Beginning with the line that holds "#5=IFCGEOMETRICREPRESENTATIONCONTEXT($,'Model',3,1.E-05,#4,$);" in the data below, give again every line through the one that holds "#13=IFCLOCALPLACEMENT(#11,#4);", exactly as written.

########

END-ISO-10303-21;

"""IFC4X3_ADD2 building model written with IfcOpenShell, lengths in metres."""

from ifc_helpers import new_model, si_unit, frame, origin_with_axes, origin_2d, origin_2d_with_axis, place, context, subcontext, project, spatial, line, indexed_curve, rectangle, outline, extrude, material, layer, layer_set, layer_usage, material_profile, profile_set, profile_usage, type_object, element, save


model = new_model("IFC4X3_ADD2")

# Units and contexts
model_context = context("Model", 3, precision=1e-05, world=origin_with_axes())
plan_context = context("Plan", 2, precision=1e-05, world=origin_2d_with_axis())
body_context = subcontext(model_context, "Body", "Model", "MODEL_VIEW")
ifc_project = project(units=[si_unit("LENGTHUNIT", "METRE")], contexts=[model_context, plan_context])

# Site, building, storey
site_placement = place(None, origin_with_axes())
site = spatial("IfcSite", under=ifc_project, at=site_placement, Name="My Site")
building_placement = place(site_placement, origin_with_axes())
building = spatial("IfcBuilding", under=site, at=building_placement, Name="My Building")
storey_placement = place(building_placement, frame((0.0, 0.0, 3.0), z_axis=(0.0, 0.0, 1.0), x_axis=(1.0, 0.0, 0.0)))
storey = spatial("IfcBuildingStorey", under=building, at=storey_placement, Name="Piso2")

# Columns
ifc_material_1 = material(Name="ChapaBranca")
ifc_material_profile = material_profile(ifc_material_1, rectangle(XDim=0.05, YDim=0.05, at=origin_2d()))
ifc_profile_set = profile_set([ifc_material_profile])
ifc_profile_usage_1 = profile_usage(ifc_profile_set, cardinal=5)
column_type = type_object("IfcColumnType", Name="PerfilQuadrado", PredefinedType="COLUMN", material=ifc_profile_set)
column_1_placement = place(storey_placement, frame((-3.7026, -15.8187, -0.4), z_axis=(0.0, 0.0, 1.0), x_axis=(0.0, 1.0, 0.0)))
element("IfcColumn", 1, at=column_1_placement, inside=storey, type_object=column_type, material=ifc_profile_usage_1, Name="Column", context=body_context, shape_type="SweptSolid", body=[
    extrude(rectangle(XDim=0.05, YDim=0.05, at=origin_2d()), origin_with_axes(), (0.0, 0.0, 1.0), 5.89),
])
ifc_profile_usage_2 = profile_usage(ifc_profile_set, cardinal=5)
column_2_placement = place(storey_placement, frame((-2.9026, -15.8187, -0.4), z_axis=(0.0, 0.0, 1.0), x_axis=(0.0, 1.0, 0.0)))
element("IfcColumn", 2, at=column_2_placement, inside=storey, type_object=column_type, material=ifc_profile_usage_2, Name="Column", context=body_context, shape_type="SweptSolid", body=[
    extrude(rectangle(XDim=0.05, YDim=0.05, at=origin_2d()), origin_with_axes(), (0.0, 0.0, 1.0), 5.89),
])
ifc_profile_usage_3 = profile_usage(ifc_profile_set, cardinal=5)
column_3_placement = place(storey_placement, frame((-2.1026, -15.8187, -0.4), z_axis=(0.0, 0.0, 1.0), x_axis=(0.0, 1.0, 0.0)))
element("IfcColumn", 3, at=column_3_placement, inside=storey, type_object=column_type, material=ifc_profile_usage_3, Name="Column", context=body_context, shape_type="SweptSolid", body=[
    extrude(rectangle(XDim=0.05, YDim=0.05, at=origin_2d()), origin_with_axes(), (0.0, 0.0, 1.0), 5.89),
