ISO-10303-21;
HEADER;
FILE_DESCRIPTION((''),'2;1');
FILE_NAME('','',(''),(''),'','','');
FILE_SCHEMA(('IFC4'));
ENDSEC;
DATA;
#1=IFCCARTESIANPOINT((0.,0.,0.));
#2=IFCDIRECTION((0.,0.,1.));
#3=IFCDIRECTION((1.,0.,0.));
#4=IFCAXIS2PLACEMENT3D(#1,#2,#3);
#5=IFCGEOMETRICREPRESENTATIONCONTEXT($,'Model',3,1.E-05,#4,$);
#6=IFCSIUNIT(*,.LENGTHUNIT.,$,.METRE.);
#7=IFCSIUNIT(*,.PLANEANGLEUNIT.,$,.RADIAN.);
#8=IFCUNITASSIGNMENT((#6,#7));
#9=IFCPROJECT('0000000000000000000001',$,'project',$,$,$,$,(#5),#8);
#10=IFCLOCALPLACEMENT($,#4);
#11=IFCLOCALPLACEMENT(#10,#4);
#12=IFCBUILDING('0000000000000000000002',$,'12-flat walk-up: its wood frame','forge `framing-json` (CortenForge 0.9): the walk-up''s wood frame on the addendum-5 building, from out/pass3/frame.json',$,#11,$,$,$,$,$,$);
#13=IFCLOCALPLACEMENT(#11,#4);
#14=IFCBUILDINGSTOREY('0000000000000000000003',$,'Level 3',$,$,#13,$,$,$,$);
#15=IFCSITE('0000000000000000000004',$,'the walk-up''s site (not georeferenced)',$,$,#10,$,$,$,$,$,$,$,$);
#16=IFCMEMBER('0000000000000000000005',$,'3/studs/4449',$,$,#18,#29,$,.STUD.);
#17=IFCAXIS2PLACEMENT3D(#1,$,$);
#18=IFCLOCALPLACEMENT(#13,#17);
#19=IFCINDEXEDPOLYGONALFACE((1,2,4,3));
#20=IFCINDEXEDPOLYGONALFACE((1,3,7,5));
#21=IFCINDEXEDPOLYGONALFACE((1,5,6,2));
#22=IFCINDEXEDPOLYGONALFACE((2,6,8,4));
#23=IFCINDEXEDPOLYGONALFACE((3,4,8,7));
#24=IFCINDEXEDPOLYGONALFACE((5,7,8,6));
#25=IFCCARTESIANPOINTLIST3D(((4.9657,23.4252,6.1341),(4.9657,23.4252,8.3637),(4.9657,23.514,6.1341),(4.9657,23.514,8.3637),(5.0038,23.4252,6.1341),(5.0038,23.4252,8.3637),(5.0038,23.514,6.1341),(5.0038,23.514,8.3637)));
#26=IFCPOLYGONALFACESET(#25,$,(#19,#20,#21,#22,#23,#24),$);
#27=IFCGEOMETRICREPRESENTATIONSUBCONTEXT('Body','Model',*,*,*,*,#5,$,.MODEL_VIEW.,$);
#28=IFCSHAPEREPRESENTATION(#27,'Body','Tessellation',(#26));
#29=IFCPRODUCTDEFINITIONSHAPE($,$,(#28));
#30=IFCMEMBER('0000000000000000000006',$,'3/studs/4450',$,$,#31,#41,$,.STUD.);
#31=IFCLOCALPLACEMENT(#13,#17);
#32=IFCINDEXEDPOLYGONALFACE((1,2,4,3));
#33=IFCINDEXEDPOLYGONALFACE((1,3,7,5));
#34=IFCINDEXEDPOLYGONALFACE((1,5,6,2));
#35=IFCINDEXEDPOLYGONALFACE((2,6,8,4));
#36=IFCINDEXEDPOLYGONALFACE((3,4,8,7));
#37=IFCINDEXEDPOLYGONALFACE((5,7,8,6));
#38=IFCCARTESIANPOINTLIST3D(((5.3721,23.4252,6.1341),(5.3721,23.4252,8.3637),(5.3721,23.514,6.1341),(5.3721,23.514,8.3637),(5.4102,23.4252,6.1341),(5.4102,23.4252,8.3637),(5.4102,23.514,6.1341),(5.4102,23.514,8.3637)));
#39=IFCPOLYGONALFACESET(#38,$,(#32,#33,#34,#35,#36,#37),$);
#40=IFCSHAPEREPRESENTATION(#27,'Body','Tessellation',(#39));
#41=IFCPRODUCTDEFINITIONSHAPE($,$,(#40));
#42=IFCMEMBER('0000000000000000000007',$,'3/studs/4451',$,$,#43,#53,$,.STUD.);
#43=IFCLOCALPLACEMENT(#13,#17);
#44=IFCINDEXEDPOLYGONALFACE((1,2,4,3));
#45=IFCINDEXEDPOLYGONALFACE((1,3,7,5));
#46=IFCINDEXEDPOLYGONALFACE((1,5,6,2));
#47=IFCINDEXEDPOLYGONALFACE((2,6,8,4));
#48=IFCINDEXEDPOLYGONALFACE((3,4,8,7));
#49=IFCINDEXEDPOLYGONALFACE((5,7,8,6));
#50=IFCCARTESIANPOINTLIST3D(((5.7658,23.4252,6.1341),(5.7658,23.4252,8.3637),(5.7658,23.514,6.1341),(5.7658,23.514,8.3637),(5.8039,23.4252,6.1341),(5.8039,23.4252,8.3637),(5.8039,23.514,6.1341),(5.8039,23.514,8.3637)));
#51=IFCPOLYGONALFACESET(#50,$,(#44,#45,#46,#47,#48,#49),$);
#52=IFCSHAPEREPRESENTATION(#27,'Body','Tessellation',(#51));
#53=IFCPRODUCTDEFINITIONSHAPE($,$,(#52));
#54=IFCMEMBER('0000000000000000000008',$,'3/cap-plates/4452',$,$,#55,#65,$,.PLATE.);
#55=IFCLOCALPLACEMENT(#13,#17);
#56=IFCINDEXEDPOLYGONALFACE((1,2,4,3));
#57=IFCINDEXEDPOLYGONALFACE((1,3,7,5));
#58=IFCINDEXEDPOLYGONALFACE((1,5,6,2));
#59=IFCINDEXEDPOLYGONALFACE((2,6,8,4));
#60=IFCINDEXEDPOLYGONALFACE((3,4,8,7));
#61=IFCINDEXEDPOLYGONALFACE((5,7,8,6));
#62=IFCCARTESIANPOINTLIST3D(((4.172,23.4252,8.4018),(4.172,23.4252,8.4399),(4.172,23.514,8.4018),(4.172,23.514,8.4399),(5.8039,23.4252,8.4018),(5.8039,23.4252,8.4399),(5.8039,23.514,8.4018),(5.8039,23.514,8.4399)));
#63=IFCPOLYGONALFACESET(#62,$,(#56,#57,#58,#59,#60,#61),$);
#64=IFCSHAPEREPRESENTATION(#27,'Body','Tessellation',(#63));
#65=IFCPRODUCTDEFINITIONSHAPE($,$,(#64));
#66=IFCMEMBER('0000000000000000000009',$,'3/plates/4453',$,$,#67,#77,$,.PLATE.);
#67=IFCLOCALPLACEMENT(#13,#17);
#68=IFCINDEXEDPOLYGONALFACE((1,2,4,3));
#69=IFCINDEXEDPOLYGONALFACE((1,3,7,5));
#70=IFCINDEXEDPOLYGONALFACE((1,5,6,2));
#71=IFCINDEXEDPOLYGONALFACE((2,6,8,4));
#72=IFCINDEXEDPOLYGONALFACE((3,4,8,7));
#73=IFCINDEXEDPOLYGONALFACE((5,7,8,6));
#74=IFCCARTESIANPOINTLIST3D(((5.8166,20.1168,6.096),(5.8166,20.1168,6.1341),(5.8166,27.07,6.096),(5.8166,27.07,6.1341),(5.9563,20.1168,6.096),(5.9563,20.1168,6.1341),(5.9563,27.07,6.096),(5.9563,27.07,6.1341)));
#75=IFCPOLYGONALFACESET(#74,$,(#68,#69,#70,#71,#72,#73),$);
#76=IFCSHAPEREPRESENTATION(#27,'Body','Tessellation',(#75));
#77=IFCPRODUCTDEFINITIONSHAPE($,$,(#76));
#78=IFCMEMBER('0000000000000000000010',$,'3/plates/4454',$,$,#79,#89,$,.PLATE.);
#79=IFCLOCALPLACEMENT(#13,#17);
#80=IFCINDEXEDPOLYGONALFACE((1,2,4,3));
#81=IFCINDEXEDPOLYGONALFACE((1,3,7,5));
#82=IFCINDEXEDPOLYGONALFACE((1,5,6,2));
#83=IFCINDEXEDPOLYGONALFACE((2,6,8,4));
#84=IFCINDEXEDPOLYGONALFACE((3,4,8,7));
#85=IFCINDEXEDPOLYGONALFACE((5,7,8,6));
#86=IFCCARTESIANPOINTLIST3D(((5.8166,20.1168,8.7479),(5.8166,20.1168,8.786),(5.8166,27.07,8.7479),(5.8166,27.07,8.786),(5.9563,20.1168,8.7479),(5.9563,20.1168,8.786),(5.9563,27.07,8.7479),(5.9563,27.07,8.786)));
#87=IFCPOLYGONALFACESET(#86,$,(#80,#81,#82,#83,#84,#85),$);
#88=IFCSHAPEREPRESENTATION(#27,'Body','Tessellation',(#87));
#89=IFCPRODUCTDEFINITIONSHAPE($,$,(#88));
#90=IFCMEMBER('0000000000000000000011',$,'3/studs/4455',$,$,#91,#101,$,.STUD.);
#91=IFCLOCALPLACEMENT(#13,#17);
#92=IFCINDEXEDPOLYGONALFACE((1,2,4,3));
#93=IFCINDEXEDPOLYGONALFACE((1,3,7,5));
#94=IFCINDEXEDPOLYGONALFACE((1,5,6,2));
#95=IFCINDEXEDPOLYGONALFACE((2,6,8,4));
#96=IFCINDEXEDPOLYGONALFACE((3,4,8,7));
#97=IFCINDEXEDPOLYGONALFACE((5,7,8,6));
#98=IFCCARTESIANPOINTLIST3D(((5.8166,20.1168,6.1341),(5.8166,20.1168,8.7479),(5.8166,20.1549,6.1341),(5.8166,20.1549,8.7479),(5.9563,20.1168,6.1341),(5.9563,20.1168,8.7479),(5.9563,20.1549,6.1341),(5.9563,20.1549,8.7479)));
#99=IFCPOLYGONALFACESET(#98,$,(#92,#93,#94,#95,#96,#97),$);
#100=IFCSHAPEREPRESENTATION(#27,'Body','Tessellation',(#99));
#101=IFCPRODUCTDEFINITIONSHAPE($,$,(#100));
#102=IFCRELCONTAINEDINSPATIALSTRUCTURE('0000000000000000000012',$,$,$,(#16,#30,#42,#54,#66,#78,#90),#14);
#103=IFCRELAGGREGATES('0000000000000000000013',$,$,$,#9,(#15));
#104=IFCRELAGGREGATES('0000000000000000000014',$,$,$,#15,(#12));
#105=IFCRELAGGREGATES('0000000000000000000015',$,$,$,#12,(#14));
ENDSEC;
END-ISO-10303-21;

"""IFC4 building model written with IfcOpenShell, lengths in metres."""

from ifc_helpers import new_model, si_unit, frame, frame_2d, origin, origin_with_axes, place, context, subcontext, project, spatial, rectangle, extrude, element, save


model = new_model("IFC4")

# Units and contexts
model_context = context("Model", 3, precision=1e-05, world=origin_with_axes())
body_context = subcontext(model_context, "Body", "Model", "MODEL_VIEW")
ifc_project = project(units=[si_unit("LENGTHUNIT", "METRE"), si_unit("PLANEANGLEUNIT", "RADIAN")], contexts=[model_context])

# Site, building, storey
site_placement = place(None, origin_with_axes())
site = spatial("IfcSite", under=ifc_project, at=site_placement, Name="the walk-up's site (not georeferenced)")
building_placement = place(site_placement, origin_with_axes())
building = spatial("IfcBuilding", under=site, at=building_placement, Name="12-flat walk-up: its wood frame", Description="forge `framing-json` (CortenForge 0.9): the walk-up's wood frame on the addendum-5 building, from out/pass3/frame.json")
storey_placement = place(building_placement, origin_with_axes())
storey = spatial("IfcBuildingStorey", under=building, at=storey_placement, Name="Level 3")

# Members
for number, where, z_axis, x_axis, name in (
    (1, (4.9657, 23.4251, 6.1341), (0.0, 0.0, 1.0), (1.0, 0.0, 0.0), "3/studs/4449"),
    (2, (5.3721, 23.4251, 6.1341), (0.0, 0.0, 1.0), (1.0, 0.0, 0.0), "3/studs/4450"),
    (3, (5.7658, 23.4251, 6.1341), (0.0, 0.0, 1.0), (1.0, 0.0, 0.0), "3/studs/4451"),
):
    element("IfcMember", number, at=place(storey_placement, frame(where, z_axis=z_axis, x_axis=x_axis)), inside=storey, Name=name, PredefinedType="STUD", context=body_context, shape_type="SweptSolid", body=[
        extrude(rectangle(XDim=0.0381, YDim=0.0889, at=frame_2d((0.0191, 0.0445))), origin(), (0.0, 0.0, 1.0), 2.2296),
    ])
member_1_placement = place(storey_placement, frame((4.1719, 23.4251, 8.4018), z_axis=(0.0, 0.0, 1.0), x_axis=(1.0, 0.0, 0.0)))
element("IfcMember", 4, at=member_1_placement, inside=storey, Name="3/cap-plates/4452", PredefinedType="PLATE", context=body_context, shape_type="SweptSolid", body=[
    extrude(rectangle(XDim=1.6319, YDim=0.0889, at=frame_2d((0.816, 0.0445))), origin(), (0.0, 0.0, 1.0), 0.0381),
])
for number, where, z_axis, x_axis, name in (
    (5, (5.8166, 20.1168, 6.096), (0.0, 0.0, 1.0), (1.0, 0.0, 0.0), "3/plates/4453"),
    (6, (5.8166, 20.1168, 8.7479), (0.0, 0.0, 1.0), (1.0, 0.0, 0.0), "3/plates/4454"),
):
    element("IfcMember", number, at=place(storey_placement, frame(where, z_axis=z_axis, x_axis=x_axis)), inside=storey, Name=name, PredefinedType="PLATE", context=body_context, shape_type="SweptSolid", body=[
        extrude(rectangle(XDim=0.1397, YDim=6.9532, at=frame_2d((0.0698, 3.4766))), origin(), (0.0, 0.0, 1.0), 0.0381),
    ])
member_2_placement = place(storey_placement, frame((5.8166, 20.1168, 6.1341), z_axis=(0.0, 0.0, 1.0), x_axis=(1.0, 0.0, 0.0)))
element("IfcMember", 7, at=member_2_placement, inside=storey, Name="3/studs/4455", PredefinedType="STUD", context=body_context, shape_type="SweptSolid", body=[
    extrude(rectangle(XDim=0.1397, YDim=0.0381, at=frame_2d((0.0698, 0.0191))), origin(), (0.0, 0.0, 1.0), 2.6138),
])

save(model, "model.ifc")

########

# TASK SOLUTION
#5=IFCGEOMETRICREPRESENTATIONCONTEXT($,'Model',3,1.E-05,#4,$);
#6=IFCSIUNIT(*,.LENGTHUNIT.,$,.METRE.);
#7=IFCSIUNIT(*,.PLANEANGLEUNIT.,$,.RADIAN.);
#8=IFCUNITASSIGNMENT((#6,#7));
#9=IFCPROJECT('0000000000000000000001',$,'project',$,$,$,$,(#5),#8);
#10=IFCLOCALPLACEMENT($,#4);
#11=IFCLOCALPLACEMENT(#10,#4);
#12=IFCBUILDING('0000000000000000000002',$,'12-flat walk-up: its wood frame','forge `framing-json` (CortenForge 0.9): the walk-up''s wood frame on the addendum-5 building, from out/pass3/frame.json',$,#11,$,$,$,$,$,$);
#13=IFCLOCALPLACEMENT(#11,#4);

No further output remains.